◆ **What you should do**
When a line below contains the word "IFCARBITRARYCLOSEDPROFILEDEF", copy that line.

◆ **Source data**

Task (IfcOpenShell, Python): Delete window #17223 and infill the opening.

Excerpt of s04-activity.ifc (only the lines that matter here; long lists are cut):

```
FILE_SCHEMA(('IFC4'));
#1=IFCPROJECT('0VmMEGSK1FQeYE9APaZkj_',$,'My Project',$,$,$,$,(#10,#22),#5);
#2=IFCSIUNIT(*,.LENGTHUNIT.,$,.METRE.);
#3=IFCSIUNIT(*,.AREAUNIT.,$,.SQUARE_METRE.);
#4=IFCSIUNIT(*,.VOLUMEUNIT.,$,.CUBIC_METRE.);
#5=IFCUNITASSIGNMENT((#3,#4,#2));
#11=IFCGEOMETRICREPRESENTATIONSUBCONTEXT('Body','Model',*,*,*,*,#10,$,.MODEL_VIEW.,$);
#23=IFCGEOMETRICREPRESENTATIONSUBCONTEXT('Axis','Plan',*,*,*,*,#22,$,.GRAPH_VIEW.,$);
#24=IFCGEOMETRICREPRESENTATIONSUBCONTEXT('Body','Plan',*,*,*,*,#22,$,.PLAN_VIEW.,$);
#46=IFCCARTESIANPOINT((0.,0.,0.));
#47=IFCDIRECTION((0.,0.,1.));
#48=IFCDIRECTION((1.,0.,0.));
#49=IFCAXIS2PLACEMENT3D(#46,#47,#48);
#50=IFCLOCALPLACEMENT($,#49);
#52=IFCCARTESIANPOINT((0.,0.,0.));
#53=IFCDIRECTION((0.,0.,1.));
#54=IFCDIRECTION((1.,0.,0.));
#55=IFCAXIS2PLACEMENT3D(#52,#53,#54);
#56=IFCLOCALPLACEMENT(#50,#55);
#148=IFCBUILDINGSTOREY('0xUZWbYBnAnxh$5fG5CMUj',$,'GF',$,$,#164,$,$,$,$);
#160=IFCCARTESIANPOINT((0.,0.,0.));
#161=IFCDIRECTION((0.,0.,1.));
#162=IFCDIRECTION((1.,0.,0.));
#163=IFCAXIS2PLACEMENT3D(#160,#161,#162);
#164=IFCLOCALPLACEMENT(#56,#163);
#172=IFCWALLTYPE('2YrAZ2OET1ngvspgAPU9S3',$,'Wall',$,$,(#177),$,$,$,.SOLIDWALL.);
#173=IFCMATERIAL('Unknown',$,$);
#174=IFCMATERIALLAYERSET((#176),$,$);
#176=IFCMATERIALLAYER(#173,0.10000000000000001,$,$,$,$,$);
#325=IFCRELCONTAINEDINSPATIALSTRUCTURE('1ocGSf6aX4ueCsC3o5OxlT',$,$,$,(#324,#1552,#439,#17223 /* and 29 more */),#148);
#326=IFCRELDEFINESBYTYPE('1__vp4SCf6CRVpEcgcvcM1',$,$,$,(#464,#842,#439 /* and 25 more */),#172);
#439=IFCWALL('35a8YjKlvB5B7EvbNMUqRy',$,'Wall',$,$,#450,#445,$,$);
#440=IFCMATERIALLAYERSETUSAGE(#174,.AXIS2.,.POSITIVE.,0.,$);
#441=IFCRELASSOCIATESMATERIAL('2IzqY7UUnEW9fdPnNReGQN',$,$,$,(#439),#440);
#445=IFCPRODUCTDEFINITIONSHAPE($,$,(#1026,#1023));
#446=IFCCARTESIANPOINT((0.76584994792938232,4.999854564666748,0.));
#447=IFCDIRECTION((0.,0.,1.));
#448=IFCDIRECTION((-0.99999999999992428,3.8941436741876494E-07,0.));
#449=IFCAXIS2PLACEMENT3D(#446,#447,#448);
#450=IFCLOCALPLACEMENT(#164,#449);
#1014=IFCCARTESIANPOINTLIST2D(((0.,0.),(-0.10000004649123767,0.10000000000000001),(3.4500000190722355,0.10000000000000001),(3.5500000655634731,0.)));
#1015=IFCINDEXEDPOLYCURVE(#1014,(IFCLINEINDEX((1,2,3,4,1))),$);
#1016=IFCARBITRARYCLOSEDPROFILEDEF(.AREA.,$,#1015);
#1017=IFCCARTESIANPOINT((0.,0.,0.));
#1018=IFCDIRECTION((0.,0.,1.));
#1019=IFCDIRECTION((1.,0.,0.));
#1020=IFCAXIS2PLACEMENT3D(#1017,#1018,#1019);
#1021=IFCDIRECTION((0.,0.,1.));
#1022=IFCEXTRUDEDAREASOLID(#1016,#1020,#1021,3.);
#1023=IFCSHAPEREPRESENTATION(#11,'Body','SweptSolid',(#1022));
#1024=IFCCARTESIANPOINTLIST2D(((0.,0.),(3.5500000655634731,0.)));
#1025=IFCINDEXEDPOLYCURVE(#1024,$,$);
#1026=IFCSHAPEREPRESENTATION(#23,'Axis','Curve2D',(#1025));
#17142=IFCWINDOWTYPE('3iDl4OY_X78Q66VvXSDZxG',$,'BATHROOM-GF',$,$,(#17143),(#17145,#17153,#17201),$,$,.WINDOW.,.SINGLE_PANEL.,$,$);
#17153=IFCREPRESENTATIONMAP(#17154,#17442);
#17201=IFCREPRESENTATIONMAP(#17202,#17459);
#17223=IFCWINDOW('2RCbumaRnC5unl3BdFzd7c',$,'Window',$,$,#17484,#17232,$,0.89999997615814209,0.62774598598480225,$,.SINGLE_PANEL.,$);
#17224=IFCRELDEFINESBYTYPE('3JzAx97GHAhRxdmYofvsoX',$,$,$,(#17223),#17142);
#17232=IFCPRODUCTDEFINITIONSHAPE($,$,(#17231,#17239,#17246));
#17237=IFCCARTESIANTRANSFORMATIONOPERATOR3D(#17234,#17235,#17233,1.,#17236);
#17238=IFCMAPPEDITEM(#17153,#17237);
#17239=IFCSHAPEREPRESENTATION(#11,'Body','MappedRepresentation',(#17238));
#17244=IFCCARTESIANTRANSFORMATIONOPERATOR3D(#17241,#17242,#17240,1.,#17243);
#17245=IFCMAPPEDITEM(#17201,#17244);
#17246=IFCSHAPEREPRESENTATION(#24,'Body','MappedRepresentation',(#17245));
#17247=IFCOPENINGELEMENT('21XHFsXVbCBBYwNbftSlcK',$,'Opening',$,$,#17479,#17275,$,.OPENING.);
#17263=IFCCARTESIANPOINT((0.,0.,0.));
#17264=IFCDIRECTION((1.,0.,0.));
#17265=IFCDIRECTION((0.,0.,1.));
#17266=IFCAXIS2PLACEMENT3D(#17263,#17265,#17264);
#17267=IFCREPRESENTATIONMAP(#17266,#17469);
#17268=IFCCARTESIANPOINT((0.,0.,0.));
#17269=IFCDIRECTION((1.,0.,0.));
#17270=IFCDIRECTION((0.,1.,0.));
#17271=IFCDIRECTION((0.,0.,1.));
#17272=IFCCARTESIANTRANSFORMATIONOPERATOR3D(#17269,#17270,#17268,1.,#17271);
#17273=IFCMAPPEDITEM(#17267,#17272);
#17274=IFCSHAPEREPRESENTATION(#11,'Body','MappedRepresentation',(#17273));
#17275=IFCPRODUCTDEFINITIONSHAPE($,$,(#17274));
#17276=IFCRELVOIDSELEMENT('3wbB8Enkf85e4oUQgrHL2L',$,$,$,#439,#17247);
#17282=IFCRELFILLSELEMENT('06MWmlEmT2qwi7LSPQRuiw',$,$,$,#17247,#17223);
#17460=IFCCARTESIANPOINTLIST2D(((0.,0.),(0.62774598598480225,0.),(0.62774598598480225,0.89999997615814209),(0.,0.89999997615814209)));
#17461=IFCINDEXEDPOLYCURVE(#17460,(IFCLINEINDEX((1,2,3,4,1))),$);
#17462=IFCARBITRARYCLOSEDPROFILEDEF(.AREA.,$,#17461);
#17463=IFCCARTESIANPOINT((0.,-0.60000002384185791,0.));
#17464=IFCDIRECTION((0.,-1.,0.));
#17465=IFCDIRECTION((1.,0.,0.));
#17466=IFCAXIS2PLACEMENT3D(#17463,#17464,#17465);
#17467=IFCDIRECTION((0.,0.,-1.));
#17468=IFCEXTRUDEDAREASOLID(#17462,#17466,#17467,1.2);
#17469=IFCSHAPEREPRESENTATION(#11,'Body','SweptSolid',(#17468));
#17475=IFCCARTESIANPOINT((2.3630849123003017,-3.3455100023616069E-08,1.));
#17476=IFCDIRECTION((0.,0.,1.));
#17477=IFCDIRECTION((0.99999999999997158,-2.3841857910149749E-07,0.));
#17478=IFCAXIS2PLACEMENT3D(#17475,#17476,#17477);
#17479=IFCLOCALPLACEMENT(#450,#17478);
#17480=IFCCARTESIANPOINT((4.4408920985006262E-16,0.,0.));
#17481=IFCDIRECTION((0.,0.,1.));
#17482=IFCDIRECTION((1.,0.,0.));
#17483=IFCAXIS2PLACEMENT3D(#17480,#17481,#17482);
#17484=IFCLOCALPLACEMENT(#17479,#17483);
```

```python
import ifcopenshell
import ifcopenshell.api.feature
import ifcopenshell.api.root
import ifcopenshell.geom
import ifcopenshell.util.shape

model = ifcopenshell.open("s04-activity.ifc")
settings = ifcopenshell.geom.settings()


def volume(element):
    """Net volume in cubic metres, openings subtracted."""
    shape = ifcopenshell.geom.create_shape(settings, element)
    return ifcopenshell.util.shape.get_volume(shape.geometry)


window = model.by_guid("2RCbumaRnC5unl3BdFzd7c")
opening = window.FillsVoids[0].RelatingOpeningElement
wall = opening.VoidsElements[0].RelatingBuildingElement
before = volume(wall)

ifcopenshell.api.root.remove_product(model, product=window)
ifcopenshell.api.feature.remove_feature(model, feature=opening)

after = volume(wall)

print(f"wall volume {before:.3f} -> {after:.3f} m3")

model.write("s04-activity_v2.ifc")
```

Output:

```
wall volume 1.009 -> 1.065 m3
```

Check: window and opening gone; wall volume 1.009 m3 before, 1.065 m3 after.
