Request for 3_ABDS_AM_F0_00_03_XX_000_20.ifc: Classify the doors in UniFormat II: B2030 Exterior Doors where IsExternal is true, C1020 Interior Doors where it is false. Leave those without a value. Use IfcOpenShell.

First a look at what the model holds.

```python
import ifcopenshell
import ifcopenshell.util.element

model = ifcopenshell.open("3_ABDS_AM_F0_00_03_XX_000_20.ifc")
print(model.schema)
print("classifications:", [c.Name for c in model.by_type("IfcClassification")])
values = [ifcopenshell.util.element.get_pset(e, "Pset_DoorCommon", "IsExternal") for e in model.by_type("IfcDoor")]
for value in (True, False, None):
    print("IsExternal", value, values.count(value))
```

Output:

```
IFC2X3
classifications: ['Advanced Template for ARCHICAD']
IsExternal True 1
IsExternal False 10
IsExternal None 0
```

```python
import ifcopenshell
import ifcopenshell.api.classification
import ifcopenshell.util.element

model = ifcopenshell.open("3_ABDS_AM_F0_00_03_XX_000_20.ifc")

# IFC2X3 requires Source and Edition and has no link from the project to the system.
system = model.create_entity("IfcClassification", Source="ASTM", Edition="E1557", Name="UniFormat II")

doors = model.by_type("IfcDoor")
external = {e: ifcopenshell.util.element.get_pset(e, "Pset_DoorCommon", "IsExternal") for e in doors}
for flag, code, name in ((True, "B2030", "Exterior Doors"), (False, "C1020", "Interior Doors")):
    products = [e for e in doors if external[e] is flag]
    ifcopenshell.api.classification.add_reference(
        model, products=products, classification=system, identification=code, name=name
    )
    print(code, len(products))

model.write("3_ABDS_AM_F0_00_03_XX_000_20_rev.ifc")
```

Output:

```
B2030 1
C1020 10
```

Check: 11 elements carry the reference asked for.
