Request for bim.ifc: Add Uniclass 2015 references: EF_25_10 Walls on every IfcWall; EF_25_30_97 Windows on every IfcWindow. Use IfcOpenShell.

First a look at what the model holds.

```python
import ifcopenshell

model = ifcopenshell.open("bim.ifc")
print(model.schema)
print("classifications:", [c.Name for c in model.by_type("IfcClassification")])
for ifc_class in ("IfcDoor", "IfcRoof", "IfcStair", "IfcWall", "IfcWindow"):
    print(ifc_class, len(model.by_type(ifc_class)))
```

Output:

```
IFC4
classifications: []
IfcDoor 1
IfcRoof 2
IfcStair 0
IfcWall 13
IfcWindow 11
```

```python
import ifcopenshell
import ifcopenshell.api.classification

model = ifcopenshell.open("bim.ifc")

system = ifcopenshell.api.classification.add_classification(model, classification="Uniclass 2015")

codes = {
    "IfcWall": ("EF_25_10", "Walls"),
    "IfcWindow": ("EF_25_30_97", "Windows"),
}
for ifc_class, (code, name) in codes.items():
    products = model.by_type(ifc_class)
    ifcopenshell.api.classification.add_reference(
        model, products=products, classification=system, identification=code, name=name
    )
    print(code, len(products))

model.write("bim_rev.ifc")
```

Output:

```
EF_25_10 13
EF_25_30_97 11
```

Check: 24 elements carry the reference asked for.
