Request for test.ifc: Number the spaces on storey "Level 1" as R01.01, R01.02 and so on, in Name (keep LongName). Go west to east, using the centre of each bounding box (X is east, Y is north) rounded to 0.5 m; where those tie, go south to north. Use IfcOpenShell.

First a look at what the model holds.

```python
import ifcopenshell
import ifcopenshell.util.element
import ifcopenshell.util.placement

model = ifcopenshell.open("test.ifc")
print(model.schema)
storey = next(s for s in model.by_type("IfcBuildingStorey") if s.Name == "Level 1")
spaces = [e for e in ifcopenshell.util.element.get_decomposition(storey) if e.is_a("IfcSpace")]
for e in sorted(spaces, key=lambda e: e.id()):
    origin = ifcopenshell.util.placement.get_local_placement(e.ObjectPlacement)[:3, 3]
    print(e.id(), e.Name, e.LongName, origin.round(2) + 0.0, sep=" | ")
```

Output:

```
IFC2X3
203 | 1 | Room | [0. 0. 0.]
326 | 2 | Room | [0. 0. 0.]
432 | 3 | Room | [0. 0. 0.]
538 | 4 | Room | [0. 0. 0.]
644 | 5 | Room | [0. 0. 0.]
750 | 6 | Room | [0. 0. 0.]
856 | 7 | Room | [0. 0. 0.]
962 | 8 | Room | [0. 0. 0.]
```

```python
import ifcopenshell
import ifcopenshell.geom
import ifcopenshell.util.element
import ifcopenshell.util.shape

model = ifcopenshell.open("test.ifc")
settings = ifcopenshell.geom.settings()
settings.set("use-world-coords", True)


def centre(element):
    shape = ifcopenshell.geom.create_shape(settings, element)
    return ifcopenshell.util.shape.get_bbox_centroid(shape.geometry)


storey = next(s for s in model.by_type("IfcBuildingStorey") if s.Name == "Level 1")
spaces = [e for e in ifcopenshell.util.element.get_decomposition(storey) if e.is_a("IfcSpace")]

# Insertion points can sit at a corner or the storey origin, so sort by the geometry (in metres).
centres = {e: centre(e) for e in spaces}
spaces.sort(key=lambda e: (round(centres[e][0] / 0.5), centres[e][1]))

for i, e in enumerate(spaces, start=1):
    number = f"R01.{i:02d}"
    e.Name = number
    print(e.id(), number)

model.write("test_v2.ifc")
```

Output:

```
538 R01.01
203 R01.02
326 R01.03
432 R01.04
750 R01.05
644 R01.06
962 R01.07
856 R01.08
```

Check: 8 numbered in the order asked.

◆ **Task output**
#1016=IFCARBITRARYCLOSEDPROFILEDEF(.AREA.,$,#1015);
#17462=IFCARBITRARYCLOSEDPROFILEDEF(.AREA.,$,#17461);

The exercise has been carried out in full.